→ **What you need to do**
Return every line below in which "kitchen" appears.
========
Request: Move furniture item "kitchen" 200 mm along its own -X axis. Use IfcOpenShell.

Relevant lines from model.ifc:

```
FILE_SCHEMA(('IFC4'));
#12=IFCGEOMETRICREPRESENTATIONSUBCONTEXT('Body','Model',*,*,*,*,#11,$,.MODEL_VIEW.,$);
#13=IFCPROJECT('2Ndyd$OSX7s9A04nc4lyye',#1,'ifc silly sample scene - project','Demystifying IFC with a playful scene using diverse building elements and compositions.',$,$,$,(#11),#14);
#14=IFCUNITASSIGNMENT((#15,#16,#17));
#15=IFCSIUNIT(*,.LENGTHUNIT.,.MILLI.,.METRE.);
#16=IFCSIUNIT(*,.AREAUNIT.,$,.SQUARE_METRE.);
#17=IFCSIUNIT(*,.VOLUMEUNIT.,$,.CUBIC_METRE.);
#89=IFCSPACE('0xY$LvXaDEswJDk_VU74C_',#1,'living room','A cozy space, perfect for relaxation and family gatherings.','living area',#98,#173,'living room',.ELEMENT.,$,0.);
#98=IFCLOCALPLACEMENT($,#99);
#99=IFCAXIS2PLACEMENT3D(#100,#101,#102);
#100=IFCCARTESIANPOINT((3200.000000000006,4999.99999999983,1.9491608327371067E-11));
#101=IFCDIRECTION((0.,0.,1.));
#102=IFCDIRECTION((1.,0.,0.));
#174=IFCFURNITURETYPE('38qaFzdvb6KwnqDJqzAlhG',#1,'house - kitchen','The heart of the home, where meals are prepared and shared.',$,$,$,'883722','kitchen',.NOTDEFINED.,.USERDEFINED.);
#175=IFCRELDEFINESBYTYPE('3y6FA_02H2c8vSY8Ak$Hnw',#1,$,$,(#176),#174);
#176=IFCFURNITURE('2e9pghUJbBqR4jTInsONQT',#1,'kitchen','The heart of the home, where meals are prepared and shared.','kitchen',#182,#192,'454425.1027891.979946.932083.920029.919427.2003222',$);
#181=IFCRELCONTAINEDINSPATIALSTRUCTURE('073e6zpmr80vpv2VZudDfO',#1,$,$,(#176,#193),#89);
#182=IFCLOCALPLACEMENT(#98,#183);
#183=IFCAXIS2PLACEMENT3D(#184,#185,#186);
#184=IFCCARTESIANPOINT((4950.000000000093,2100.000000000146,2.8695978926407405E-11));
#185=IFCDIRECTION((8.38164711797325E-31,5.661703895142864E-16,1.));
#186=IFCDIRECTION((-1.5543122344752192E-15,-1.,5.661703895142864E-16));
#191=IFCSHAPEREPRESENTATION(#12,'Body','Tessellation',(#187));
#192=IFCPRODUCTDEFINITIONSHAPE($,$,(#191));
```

```python
import ifcopenshell
import ifcopenshell.api.geometry
import ifcopenshell.util.placement
import ifcopenshell.util.unit

model = ifcopenshell.open("model.ifc")
unit_scale = ifcopenshell.util.unit.calculate_unit_scale(model)

item = model.by_guid("2e9pghUJbBqR4jTInsONQT")
matrix = ifcopenshell.util.placement.get_local_placement(item.ObjectPlacement)
matrix[:3, 3] -= matrix[:3, 0] * 0.2 / unit_scale
ifcopenshell.api.geometry.edit_object_placement(model, product=item, matrix=matrix, is_si=False)

print(ifcopenshell.util.placement.get_local_placement(item.ObjectPlacement).round(3) + 0.0)

model.write("model_edited.ifc")
```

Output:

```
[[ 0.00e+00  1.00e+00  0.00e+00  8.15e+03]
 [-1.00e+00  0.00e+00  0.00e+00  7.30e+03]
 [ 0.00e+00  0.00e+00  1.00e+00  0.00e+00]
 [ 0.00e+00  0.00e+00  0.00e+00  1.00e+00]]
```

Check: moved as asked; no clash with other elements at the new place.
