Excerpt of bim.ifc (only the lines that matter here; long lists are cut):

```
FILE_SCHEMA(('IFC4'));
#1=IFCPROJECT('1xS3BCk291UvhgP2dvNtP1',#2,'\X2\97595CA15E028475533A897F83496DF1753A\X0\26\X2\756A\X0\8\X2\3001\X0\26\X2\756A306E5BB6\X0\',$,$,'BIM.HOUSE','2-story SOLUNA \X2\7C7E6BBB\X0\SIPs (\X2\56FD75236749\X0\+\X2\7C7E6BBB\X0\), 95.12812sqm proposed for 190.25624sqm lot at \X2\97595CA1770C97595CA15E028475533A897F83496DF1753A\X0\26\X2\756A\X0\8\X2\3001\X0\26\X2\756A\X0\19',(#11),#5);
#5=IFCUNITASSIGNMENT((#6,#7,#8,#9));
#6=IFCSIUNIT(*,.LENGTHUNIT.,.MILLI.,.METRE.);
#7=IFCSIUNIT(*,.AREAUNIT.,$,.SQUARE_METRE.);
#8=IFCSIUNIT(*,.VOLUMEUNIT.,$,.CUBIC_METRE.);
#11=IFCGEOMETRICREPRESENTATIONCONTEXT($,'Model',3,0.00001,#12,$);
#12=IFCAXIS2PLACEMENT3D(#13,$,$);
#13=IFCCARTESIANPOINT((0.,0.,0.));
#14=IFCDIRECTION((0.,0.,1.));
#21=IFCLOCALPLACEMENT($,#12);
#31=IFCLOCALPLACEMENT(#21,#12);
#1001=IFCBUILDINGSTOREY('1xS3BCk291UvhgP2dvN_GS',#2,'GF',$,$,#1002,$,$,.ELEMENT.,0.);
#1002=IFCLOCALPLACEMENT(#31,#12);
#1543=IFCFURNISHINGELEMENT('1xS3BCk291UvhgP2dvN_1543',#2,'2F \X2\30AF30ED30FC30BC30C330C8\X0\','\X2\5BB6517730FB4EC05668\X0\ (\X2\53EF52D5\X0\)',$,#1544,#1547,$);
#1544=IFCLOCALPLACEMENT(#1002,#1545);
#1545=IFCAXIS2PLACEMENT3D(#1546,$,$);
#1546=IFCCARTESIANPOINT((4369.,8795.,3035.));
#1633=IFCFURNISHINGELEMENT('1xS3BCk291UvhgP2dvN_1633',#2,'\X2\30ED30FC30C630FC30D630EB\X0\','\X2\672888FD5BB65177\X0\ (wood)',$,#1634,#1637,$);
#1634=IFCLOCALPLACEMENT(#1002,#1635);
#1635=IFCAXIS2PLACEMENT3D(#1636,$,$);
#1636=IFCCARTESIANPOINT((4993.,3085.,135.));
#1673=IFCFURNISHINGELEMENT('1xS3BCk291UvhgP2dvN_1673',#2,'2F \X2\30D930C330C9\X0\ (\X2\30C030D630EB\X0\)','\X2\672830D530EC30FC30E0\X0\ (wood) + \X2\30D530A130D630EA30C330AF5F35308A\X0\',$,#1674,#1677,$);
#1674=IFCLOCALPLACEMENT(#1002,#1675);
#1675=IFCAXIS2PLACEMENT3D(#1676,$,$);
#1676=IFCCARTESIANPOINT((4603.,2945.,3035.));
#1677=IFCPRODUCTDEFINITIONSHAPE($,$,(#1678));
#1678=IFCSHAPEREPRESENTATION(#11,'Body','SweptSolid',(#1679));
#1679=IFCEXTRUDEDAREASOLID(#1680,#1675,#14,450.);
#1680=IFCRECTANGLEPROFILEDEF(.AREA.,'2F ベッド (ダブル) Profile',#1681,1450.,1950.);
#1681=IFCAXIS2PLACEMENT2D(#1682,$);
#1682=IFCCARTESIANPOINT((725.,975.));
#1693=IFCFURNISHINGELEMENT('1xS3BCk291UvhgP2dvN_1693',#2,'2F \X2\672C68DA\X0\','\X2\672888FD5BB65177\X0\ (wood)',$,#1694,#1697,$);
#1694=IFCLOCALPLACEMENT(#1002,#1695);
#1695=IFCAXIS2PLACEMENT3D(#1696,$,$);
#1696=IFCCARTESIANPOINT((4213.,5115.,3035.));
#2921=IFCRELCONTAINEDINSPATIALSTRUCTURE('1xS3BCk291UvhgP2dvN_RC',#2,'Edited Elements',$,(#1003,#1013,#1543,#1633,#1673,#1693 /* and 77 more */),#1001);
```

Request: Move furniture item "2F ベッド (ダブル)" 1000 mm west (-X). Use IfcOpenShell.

```python
import ifcopenshell
import ifcopenshell.api.geometry
import ifcopenshell.util.placement

model = ifcopenshell.open("bim.ifc")

item = model.by_guid("1xS3BCk291UvhgP2dvN_1673")
matrix = ifcopenshell.util.placement.get_local_placement(item.ObjectPlacement)
matrix[0, 3] -= 1000.0
ifcopenshell.api.geometry.edit_object_placement(model, product=item, matrix=matrix, is_si=False)

print(ifcopenshell.util.placement.get_local_placement(item.ObjectPlacement).round(3) + 0.0)

model.write("bim_rev.ifc")
```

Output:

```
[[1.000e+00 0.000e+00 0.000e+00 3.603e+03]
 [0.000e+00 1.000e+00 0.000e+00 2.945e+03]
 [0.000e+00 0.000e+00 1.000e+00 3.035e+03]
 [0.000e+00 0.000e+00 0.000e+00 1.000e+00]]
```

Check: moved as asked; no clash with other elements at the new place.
========
→ **Written response**
Request: Move furniture item "kitchen" 200 mm along its own -X axis. Use IfcOpenShell.
#174=IFCFURNITURETYPE('38qaFzdvb6KwnqDJqzAlhG',#1,'house - kitchen','The heart of the home, where meals are prepared and shared.',$,$,$,'883722','kitchen',.NOTDEFINED.,.USERDEFINED.);
#176=IFCFURNITURE('2e9pghUJbBqR4jTInsONQT',#1,'kitchen','The heart of the home, where meals are prepared and shared.','kitchen',#182,#192,'454425.1027891.979946.932083.920029.919427.2003222',$);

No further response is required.